As part of its technique, the fund's management, Norges Bank Financial Investment Management (NBIM), has actually set expectations for corporate boards on environment modification and votes at annual general meetings on this concern.

It states it engages with business in numerous methods, consisting of by means of voting on shareholder proposals, and in serious cases can divest from business if they stop working to respond.

The fund is failing short, nevertheless, on that ambition, according to a report by Norwegian NGO Framtiden i vaare hender ( the Future in our Hands), shared with ahead of its publication on Monday.

The report analysed the fund's ballot record last year on 16 climate resolutions at nine oil majors, including BP, Shell, TotalEnergies, Chevron and ExxonMobil.

It found the fund supported 7 such resolutions and backed techniques the group said were environment damaging in the remaining 9 of those 16 cases.

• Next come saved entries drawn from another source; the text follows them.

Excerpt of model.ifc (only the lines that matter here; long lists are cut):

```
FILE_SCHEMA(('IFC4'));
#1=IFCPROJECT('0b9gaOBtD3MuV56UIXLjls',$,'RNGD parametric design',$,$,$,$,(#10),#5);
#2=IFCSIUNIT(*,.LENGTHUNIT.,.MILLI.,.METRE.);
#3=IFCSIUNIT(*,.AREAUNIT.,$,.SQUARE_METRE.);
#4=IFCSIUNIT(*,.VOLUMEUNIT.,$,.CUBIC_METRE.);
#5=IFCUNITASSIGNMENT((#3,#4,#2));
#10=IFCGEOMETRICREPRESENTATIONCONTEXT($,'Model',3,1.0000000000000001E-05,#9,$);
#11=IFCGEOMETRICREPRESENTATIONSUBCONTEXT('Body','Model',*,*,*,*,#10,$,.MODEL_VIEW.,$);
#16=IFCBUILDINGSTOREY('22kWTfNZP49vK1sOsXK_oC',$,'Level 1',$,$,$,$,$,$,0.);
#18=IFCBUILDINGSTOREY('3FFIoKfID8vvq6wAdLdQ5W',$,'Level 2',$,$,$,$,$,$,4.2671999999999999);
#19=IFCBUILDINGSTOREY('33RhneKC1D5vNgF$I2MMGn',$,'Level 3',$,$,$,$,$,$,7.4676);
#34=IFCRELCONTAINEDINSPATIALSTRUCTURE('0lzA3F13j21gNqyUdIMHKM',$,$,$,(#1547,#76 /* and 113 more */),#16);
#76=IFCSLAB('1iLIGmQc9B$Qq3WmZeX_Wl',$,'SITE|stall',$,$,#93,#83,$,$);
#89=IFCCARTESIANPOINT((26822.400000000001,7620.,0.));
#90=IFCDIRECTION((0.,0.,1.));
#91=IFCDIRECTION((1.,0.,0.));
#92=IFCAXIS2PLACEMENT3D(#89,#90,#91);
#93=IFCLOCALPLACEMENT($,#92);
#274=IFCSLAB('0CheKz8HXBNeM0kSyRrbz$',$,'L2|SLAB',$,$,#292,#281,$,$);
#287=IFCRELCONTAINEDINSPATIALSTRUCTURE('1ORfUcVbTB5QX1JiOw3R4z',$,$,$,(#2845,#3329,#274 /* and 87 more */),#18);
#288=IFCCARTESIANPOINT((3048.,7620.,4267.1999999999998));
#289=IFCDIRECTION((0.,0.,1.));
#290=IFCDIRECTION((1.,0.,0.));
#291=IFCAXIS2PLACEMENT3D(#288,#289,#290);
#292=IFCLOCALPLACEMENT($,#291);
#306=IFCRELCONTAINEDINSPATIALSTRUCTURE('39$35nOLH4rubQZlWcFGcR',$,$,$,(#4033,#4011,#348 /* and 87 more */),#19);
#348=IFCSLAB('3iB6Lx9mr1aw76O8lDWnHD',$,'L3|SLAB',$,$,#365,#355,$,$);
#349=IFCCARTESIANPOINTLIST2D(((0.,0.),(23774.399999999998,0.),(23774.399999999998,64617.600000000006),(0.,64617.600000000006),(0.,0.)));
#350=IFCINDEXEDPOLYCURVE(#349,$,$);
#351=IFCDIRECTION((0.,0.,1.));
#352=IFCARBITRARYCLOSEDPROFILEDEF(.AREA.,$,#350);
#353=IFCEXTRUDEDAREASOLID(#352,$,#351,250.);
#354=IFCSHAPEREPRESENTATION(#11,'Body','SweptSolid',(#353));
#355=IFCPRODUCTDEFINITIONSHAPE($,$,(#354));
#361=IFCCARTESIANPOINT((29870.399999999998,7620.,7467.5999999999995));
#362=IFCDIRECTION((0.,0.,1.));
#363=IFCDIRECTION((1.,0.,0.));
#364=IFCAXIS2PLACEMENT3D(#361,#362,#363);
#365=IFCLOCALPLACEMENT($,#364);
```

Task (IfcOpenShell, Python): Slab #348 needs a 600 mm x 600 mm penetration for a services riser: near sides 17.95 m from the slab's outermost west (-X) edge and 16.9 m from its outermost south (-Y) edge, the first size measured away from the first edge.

```python
import numpy as np
import ifcopenshell
import ifcopenshell.api.feature
import ifcopenshell.api.geometry
import ifcopenshell.api.root
import ifcopenshell.geom
import ifcopenshell.util.placement
import ifcopenshell.util.representation
import ifcopenshell.util.shape
import ifcopenshell.util.unit

model = ifcopenshell.open("model.ifc")
unit_scale = ifcopenshell.util.unit.calculate_unit_scale(model)
settings = ifcopenshell.geom.settings()


def volume(element):
    """Net volume in cubic metres, openings subtracted."""
    shape = ifcopenshell.geom.create_shape(settings, element)
    return ifcopenshell.util.shape.get_volume(shape.geometry)


slab = model.by_guid("3iB6Lx9mr1aw76O8lDWnHD")
before = volume(slab)

# Extent in the slab's own axes, in metres. The edges named are its -X and -Y sides.
slab_shape = ifcopenshell.geom.create_shape(settings, slab)
vertices = ifcopenshell.util.shape.get_vertices(slab_shape.geometry)
x_min, y_min, bottom = vertices.min(axis=0)
top = vertices[:, 2].max()

opening = ifcopenshell.api.root.create_entity(model, ifc_class="IfcOpeningElement", name="Services riser opening", predefined_type="OPENING")
context = ifcopenshell.util.representation.get_context(model, "Model", "Body", "MODEL_VIEW")
width, depth = 0.6, 0.6
outline = [(0.0, 0.0), (width, 0.0), (width, depth), (0.0, depth), (0.0, 0.0)]
# Overshoot both faces by 50 mm so the cut is clean.
shape = ifcopenshell.api.geometry.add_slab_representation(
    model, context=context, depth=top - bottom + 0.1, polyline=outline
)
ifcopenshell.api.geometry.assign_representation(model, product=opening, representation=shape)

matrix = ifcopenshell.util.placement.get_local_placement(slab.ObjectPlacement)
matrix[:, 3] = matrix @ np.append(np.array([x_min + 17.95, y_min + 16.9, bottom - 0.05]) / unit_scale, 1.0)
ifcopenshell.api.geometry.edit_object_placement(model, product=opening, matrix=matrix, is_si=False)
ifcopenshell.api.feature.add_feature(model, feature=opening, element=slab)

after = volume(slab)

print(f"slab volume {before:.3f} -> {after:.3f} m3")

model.write("model_v2.ifc")
```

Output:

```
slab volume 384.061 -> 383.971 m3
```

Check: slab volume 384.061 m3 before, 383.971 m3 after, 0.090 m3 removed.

NBIM has, sometimes, opposed crucial shareholder resolutions on environment during yearly general conferences. This misalignment between NBIM's environment engagement method and its real ballot behaviour signals an unpleasant gap in action, stated the report.

NBIM likewise voted versus all climate resolutions at the yearly basic conferences of four oil majors - BP, Shell, TotalEnergies and Marathon - that have actually been flagged by CA100+, an investor-led effort that promotes for the largest emitters to tackle their emissions, as business that fall short in their efforts to deal with environment change.

NBIM's failure to back climate resolutions in line with worldwide concurred goals undermines its function as a steward of sustainable finance, said the report.